Repeat the data exactly, please.

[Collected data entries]
::::::::
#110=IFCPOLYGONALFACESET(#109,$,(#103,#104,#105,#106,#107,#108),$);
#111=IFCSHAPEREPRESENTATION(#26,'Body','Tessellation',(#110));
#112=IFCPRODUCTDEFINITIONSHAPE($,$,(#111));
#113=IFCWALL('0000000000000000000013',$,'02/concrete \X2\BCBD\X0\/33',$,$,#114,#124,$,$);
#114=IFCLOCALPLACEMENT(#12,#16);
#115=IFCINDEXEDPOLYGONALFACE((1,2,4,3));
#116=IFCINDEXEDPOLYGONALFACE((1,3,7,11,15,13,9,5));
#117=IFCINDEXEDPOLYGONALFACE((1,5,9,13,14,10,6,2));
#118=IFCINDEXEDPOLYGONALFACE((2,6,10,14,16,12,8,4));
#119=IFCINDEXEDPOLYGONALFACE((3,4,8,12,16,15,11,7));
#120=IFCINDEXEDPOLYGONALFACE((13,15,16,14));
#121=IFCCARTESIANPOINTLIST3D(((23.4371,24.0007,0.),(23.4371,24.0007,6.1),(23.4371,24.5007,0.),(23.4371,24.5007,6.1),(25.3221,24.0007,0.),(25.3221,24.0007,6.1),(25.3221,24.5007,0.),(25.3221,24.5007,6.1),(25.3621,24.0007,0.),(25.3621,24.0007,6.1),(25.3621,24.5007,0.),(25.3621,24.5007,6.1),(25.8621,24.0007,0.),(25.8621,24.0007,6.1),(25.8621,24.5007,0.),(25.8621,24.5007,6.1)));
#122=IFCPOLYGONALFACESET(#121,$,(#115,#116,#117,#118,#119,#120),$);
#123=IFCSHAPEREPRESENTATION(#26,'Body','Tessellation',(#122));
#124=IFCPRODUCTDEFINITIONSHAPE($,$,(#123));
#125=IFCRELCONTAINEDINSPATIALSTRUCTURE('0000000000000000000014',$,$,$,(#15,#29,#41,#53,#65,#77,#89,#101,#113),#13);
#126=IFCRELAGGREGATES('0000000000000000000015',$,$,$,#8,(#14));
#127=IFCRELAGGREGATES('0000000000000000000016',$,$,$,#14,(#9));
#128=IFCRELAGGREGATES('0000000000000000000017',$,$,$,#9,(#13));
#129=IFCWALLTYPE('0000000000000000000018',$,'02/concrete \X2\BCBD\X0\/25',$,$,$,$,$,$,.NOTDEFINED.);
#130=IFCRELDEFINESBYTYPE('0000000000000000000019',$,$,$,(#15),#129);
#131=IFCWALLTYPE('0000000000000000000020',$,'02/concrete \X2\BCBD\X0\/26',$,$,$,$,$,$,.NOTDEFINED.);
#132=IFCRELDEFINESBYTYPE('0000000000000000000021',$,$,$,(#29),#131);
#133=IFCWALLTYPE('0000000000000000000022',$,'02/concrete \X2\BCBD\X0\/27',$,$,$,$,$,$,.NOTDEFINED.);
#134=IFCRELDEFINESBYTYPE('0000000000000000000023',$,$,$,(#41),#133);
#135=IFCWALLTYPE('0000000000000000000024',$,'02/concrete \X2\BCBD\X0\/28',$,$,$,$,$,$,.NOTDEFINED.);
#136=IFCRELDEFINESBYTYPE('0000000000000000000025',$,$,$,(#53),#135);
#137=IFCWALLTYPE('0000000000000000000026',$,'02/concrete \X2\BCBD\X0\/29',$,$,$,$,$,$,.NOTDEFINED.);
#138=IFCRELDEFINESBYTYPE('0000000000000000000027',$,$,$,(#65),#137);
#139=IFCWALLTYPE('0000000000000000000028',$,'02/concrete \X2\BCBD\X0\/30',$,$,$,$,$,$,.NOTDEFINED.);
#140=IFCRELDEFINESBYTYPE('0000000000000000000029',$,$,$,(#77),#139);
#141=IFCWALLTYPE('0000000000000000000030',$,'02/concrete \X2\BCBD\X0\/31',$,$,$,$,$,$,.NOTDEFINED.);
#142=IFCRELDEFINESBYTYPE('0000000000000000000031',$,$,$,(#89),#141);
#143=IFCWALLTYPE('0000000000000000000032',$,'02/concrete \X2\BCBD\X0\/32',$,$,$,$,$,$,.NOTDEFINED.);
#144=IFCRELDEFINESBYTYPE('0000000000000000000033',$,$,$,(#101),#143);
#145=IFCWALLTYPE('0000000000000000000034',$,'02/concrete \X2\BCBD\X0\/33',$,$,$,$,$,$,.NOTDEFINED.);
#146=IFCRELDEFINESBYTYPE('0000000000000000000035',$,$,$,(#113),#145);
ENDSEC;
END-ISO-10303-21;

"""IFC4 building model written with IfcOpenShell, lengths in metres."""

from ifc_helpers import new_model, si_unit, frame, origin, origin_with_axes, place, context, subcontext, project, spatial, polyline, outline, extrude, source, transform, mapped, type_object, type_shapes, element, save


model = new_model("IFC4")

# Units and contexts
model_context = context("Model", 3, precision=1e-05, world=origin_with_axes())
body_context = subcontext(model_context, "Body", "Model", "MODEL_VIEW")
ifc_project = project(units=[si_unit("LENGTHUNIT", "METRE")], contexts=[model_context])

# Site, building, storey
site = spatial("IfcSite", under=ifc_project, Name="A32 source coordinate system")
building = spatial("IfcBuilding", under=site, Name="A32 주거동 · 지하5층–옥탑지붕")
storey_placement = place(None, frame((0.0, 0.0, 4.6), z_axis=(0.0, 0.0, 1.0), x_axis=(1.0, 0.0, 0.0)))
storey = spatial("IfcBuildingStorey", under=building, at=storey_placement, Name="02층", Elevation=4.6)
::::::::
SOLUTION TO THIS TASK:
#110=IFCPOLYGONALFACESET(#109,$,(#103,#104,#105,#106,#107,#108),$);
#111=IFCSHAPEREPRESENTATION(#26,'Body','Tessellation',(#110));
#112=IFCPRODUCTDEFINITIONSHAPE($,$,(#111));
#113=IFCWALL('0000000000000000000013',$,'02/concrete \X2\BCBD\X0\/33',$,$,#114,#124,$,$);
#114=IFCLOCALPLACEMENT(#12,#16);
#115=IFCINDEXEDPOLYGONALFACE((1,2,4,3));
#116=IFCINDEXEDPOLYGONALFACE((1,3,7,11,15,13,9,5));
#117=IFCINDEXEDPOLYGONALFACE((1,5,9,13,14,10,6,2));
#118=IFCINDEXEDPOLYGONALFACE((2,6,10,14,16,12,8,4));
#119=IFCINDEXEDPOLYGONALFACE((3,4,8,12,16,15,11,7));
#120=IFCINDEXEDPOLYGONALFACE((13,15,16,14));
#121=IFCCARTESIANPOINTLIST3D(((23.4371,24.0007,0.),(23.4371,24.0007,6.1),(23.4371,24.5007,0.),(23.4371,24.5007,6.1),(25.3221,24.0007,0.),(25.3221,24.0007,6.1),(25.3221,24.5007,0.),(25.3221,24.5007,6.1),(25.3621,24.0007,0.),(25.3621,24.0007,6.1),(25.3621,24.5007,0.),(25.3621,24.5007,6.1),(25.8621,24.0007,0.),(25.8621,24.0007,6.1),(25.8621,24.5007,0.),(25.8621,24.5007,6.1)));
#122=IFCPOLYGONALFACESET(#121,$,(#115,#116,#117,#118,#119,#120),$);
#123=IFCSHAPEREPRESENTATION(#26,'Body','Tessellation',(#122));
#124=IFCPRODUCTDEFINITIONSHAPE($,$,(#123));
#125=IFCRELCONTAINEDINSPATIALSTRUCTURE('0000000000000000000014',$,$,$,(#15,#29,#41,#53,#65,#77,#89,#101,#113),#13);
#126=IFCRELAGGREGATES('0000000000000000000015',$,$,$,#8,(#14));
#127=IFCRELAGGREGATES('0000000000000000000016',$,$,$,#14,(#9));
#128=IFCRELAGGREGATES('0000000000000000000017',$,$,$,#9,(#13));
#129=IFCWALLTYPE('0000000000000000000018',$,'02/concrete \X2\BCBD\X0\/25',$,$,$,$,$,$,.NOTDEFINED.);
#130=IFCRELDEFINESBYTYPE('0000000000000000000019',$,$,$,(#15),#129);
#131=IFCWALLTYPE('0000000000000000000020',$,'02/concrete \X2\BCBD\X0\/26',$,$,$,$,$,$,.NOTDEFINED.);
#132=IFCRELDEFINESBYTYPE('0000000000000000000021',$,$,$,(#29),#131);
#133=IFCWALLTYPE('0000000000000000000022',$,'02/concrete \X2\BCBD\X0\/27',$,$,$,$,$,$,.NOTDEFINED.);
#134=IFCRELDEFINESBYTYPE('0000000000000000000023',$,$,$,(#41),#133);
#135=IFCWALLTYPE('0000000000000000000024',$,'02/concrete \X2\BCBD\X0\/28',$,$,$,$,$,$,.NOTDEFINED.);
#136=IFCRELDEFINESBYTYPE('0000000000000000000025',$,$,$,(#53),#135);
#137=IFCWALLTYPE('0000000000000000000026',$,'02/concrete \X2\BCBD\X0\/29',$,$,$,$,$,$,.NOTDEFINED.);
#138=IFCRELDEFINESBYTYPE('0000000000000000000027',$,$,$,(#65),#137);
#139=IFCWALLTYPE('0000000000000000000028',$,'02/concrete \X2\BCBD\X0\/30',$,$,$,$,$,$,.NOTDEFINED.);
#140=IFCRELDEFINESBYTYPE('0000000000000000000029',$,$,$,(#77),#139);
#141=IFCWALLTYPE('0000000000000000000030',$,'02/concrete \X2\BCBD\X0\/31',$,$,$,$,$,$,.NOTDEFINED.);
#142=IFCRELDEFINESBYTYPE('0000000000000000000031',$,$,$,(#89),#141);
#143=IFCWALLTYPE('0000000000000000000032',$,'02/concrete \X2\BCBD\X0\/32',$,$,$,$,$,$,.NOTDEFINED.);
#144=IFCRELDEFINESBYTYPE('0000000000000000000033',$,$,$,(#101),#143);
#145=IFCWALLTYPE('0000000000000000000034',$,'02/concrete \X2\BCBD\X0\/33',$,$,$,$,$,$,.NOTDEFINED.);
#146=IFCRELDEFINESBYTYPE('0000000000000000000035',$,$,$,(#113),#145);
ENDSEC;
END-ISO-10303-21;

"""IFC4 building model written with IfcOpenShell, lengths in metres."""

from ifc_helpers import new_model, si_unit, frame, origin, origin_with_axes, place, context, subcontext, project, spatial, polyline, outline, extrude, source, transform, mapped, type_object, type_shapes, element, save


model = new_model("IFC4")

# Units and contexts
model_context = context("Model", 3, precision=1e-05, world=origin_with_axes())
body_context = subcontext(model_context, "Body", "Model", "MODEL_VIEW")
ifc_project = project(units=[si_unit("LENGTHUNIT", "METRE")], contexts=[model_context])

# Site, building, storey
site = spatial("IfcSite", under=ifc_project, Name="A32 source coordinate system")
building = spatial("IfcBuilding", under=site, Name="A32 주거동 · 지하5층–옥탑지붕")
storey_placement = place(None, frame((0.0, 0.0, 4.6), z_axis=(0.0, 0.0, 1.0), x_axis=(1.0, 0.0, 0.0)))
storey = spatial("IfcBuildingStorey", under=building, at=storey_placement, Name="02층", Elevation=4.6)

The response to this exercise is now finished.